The Vanderbilt chapter of Project Nicaragua was founded in the fall of 2012 by Vanderbilt student Rebecca Wang during her sophomore year. Working closely with two faculty advisers, Drs. Neerav Desai and Lindy Fenlason, the Vanderbilt chapter collaborated with CENAO, the National Eye Hospital, and La Mascota Children's Hospital in Managua, Nicaragua. For their inaugural trip in May 2013, the Vanderbilt chapter donated over 1,000 pairs of used eyeglasses collected over the year to CENAO along with hundreds of dental and medical supplies to La Mascota. The Vanderbilt chapter also worked with the non-profit organization, FNE, based in Chacraseca, a small rural community outside of Leon, Nicaragua. They raised money to build a house for a family in need and also taught lessons on nutrition, exercise, dental hygiene, and sex education. Ever since the first trip in May 2013, the Vanderbilt chapter has continued to expand and work closely with the National Eye Hospital and FNE in Leon.
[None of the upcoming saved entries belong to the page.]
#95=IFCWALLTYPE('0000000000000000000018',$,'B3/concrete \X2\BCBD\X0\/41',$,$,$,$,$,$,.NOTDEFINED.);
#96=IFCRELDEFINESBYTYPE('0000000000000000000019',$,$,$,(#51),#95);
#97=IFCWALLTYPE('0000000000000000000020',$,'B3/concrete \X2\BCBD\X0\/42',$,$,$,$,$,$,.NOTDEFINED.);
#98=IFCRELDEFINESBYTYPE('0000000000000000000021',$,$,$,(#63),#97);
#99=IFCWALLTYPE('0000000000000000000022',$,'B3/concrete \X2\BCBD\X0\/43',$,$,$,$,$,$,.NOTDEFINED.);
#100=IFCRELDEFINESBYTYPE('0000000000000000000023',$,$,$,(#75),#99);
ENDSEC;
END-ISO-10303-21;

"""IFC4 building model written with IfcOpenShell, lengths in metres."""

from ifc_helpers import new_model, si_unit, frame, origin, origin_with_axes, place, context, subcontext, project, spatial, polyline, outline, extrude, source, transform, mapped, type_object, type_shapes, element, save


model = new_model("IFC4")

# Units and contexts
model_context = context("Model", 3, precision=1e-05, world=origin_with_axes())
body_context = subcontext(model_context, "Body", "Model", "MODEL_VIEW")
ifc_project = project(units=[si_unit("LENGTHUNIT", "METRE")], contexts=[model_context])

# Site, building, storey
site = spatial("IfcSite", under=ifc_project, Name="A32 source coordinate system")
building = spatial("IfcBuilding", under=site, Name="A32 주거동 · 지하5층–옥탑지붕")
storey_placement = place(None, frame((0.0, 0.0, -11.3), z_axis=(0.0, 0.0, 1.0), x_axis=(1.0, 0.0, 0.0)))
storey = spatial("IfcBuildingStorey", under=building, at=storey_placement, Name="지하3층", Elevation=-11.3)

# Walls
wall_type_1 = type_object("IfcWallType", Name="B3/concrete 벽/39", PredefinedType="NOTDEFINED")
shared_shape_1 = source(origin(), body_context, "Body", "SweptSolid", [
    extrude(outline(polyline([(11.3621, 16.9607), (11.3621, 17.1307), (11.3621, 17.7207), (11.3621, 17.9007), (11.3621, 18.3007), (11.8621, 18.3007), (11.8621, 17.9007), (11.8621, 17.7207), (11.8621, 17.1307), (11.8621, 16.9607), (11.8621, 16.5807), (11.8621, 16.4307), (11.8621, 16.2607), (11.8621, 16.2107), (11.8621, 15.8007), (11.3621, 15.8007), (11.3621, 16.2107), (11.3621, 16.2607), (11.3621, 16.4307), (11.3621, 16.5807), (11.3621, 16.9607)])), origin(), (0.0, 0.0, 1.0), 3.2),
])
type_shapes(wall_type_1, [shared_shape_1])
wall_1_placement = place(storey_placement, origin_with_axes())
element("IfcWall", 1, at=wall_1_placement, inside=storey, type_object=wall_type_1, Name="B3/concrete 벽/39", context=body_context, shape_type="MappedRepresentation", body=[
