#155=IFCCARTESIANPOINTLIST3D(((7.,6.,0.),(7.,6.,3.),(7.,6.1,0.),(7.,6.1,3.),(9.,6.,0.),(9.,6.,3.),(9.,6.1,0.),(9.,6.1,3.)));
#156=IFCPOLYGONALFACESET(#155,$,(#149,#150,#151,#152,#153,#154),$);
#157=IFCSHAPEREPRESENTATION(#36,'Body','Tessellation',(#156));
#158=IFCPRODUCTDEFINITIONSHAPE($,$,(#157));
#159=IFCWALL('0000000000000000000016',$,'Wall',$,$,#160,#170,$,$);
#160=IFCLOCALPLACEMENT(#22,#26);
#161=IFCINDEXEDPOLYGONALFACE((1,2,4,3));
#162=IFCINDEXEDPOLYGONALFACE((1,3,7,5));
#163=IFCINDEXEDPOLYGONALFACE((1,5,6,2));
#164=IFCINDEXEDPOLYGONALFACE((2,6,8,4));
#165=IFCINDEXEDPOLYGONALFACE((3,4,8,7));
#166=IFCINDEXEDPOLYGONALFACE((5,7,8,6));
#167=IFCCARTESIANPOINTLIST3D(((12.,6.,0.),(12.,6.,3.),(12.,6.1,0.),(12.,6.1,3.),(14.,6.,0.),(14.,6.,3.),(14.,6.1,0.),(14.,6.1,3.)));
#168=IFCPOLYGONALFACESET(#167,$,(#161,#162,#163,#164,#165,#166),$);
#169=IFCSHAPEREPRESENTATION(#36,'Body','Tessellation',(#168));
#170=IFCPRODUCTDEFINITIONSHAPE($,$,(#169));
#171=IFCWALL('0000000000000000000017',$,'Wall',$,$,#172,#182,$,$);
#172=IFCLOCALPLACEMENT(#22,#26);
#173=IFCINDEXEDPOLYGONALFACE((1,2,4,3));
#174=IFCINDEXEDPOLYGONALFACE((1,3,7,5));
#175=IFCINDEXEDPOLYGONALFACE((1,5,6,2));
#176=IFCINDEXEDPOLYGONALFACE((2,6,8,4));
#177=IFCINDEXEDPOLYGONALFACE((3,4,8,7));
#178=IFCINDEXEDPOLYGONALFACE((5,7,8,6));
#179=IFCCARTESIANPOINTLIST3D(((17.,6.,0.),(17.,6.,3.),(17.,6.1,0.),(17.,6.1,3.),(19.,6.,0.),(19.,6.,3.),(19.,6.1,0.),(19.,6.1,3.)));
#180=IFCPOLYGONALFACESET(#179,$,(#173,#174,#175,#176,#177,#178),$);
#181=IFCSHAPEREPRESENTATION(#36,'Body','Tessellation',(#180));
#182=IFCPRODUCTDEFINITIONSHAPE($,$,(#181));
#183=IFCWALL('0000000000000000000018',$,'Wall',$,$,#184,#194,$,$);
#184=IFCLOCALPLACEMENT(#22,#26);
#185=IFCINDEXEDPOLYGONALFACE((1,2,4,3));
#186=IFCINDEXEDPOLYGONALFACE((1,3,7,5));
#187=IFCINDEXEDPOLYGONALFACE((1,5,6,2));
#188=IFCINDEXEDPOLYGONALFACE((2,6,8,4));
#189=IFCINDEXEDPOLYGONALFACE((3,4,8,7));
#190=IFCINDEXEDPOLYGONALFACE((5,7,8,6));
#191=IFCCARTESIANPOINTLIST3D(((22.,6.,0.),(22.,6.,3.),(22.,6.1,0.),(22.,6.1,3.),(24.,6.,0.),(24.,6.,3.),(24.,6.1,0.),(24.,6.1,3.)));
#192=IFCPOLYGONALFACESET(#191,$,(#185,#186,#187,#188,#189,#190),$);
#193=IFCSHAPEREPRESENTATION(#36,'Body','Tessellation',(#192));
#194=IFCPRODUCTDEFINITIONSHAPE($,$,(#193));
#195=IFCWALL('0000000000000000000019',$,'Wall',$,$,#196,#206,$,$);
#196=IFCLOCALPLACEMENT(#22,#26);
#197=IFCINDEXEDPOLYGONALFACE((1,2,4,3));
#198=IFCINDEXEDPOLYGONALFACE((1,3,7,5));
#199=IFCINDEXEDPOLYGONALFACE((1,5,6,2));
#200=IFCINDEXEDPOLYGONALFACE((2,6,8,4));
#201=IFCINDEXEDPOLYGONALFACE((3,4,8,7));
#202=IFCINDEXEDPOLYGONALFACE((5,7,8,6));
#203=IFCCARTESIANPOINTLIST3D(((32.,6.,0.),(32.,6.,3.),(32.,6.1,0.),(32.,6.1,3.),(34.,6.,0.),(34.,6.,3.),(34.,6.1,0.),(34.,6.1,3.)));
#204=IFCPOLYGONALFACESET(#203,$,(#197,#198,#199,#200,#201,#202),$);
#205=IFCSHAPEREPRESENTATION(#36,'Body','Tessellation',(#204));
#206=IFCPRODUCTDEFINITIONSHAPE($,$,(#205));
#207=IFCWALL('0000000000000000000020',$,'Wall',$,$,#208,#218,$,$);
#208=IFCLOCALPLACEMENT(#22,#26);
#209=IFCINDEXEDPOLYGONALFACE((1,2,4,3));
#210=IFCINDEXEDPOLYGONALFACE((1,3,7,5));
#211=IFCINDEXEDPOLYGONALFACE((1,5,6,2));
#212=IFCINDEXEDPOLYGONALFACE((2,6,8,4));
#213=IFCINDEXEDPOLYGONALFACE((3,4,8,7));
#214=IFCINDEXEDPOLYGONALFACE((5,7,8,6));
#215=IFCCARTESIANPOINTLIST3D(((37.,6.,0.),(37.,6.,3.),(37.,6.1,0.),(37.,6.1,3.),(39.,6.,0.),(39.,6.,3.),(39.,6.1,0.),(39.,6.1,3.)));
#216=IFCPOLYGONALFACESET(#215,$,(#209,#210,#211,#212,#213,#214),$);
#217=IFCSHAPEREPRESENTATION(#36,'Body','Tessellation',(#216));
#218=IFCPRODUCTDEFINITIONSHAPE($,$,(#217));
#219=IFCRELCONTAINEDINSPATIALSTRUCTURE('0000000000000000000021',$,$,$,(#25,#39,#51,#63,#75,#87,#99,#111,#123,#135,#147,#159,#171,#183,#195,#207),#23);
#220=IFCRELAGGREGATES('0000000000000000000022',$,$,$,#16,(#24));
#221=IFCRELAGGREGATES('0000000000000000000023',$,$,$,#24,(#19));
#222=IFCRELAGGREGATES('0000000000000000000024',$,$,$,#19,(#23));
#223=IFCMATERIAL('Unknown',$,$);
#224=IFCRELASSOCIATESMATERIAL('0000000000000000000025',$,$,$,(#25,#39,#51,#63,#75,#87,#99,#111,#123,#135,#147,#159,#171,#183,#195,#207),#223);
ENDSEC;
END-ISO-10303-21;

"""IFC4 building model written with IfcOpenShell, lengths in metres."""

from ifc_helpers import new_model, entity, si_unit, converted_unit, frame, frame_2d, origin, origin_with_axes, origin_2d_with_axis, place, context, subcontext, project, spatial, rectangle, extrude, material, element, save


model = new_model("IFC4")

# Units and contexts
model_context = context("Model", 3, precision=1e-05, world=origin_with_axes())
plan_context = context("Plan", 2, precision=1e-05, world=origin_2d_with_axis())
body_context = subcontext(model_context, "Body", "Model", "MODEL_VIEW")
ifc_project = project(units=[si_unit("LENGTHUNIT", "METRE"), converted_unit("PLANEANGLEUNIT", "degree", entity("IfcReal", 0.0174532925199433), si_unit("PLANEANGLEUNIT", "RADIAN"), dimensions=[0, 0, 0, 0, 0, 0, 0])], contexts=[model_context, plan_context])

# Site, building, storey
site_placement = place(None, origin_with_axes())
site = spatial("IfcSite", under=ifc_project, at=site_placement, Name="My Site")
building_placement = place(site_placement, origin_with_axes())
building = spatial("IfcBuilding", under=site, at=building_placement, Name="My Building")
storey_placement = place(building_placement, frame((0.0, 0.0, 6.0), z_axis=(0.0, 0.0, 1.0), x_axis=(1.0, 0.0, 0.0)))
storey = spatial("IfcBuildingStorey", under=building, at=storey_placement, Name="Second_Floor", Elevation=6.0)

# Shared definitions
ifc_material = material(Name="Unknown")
In December 2014, the Vanderbilt chapter implemented an art therapy project for special needs students in Chichigalpa with FNE. In the spring of 2015, the Vanderbilt chapter started Skype tutoring lessons with students taking English classes in Chacraseca. The Vanderbilt chapter hopes to expand their efforts in both Managua and Leon through their annual trips to Nicaragua as well through fundraising, collecting supplies, and tutoring throughout the year.

===Founders===
Project Nicaragua was founded primarily at the University of California, Los Angeles (UCLA) after the initial trip in December 2004 by the following individuals: Dr. Jorge Lazareff, Dr. Ravi Menghani, Dr. Grant Lee, Dr. Daniel Choi, Dr. Willie Siu, and Dr. Stanley Park.

=== Board of Advisers===
The current include Chairmen and Executive Adviser Dr. Jorge Lazareff, Doctor George Chiang, and Doctor Thomas Mauger and Doctor Rebecca Kuennen.

===Board of directors===

The current Board of Directors include:
- Executive Director – Dr. Ravi Menghani, MD, MBA
- Assistant Executive Director – Stanley Park, MD
- National Finance Director – Samuel Choi
- National Finance Director – John Scheick

==Medical and scientific outreach==

===El Antonio Lenin Fonseca Hospital===
El Antonio Lenin Fonseca Hospital is a public teaching hospital located in Managua, Nicaragua. Physicians at Lenin Fonseca provide external consultation to about 800 patients, emergency consultation to about 300 patients, and perform anywhere from 40 to 50 surgeries on a daily basis.

===La Mascota Hospital===
La Mascota Hospital is a public hospital located in Managua, Nicaragua. It provides patients with the following specialities:Urology, Nutrition, Oncology, Psychology, Radiology, Neurology, Cardiology, and Neurology.

===Spina Bifida===
In June 2009, under the guidance of Senior Directors, Iman Zahedi and Samuel Choi, the UCLA chapter established important relationships with the Nicaraguan Ministry of Health, PATH, ASNIC, and UNAN Managua. Along with the preliminary data from the first mission, research into the causes of spina bifida and the native diet led our team to believe that fortification of rice with folic acid is the most feasible path for decreasing the incidence of neural tube defects in Nicaragua. After several meetings between Project Nicaragua at UCLA and Nicaragua’s Ministry of Health, the Nicaraguan government signed a bill mandating nationwide fortification of rice—a step towards better health in which the UCLA chapter of Project Nicaragua have been deemed the catalysts.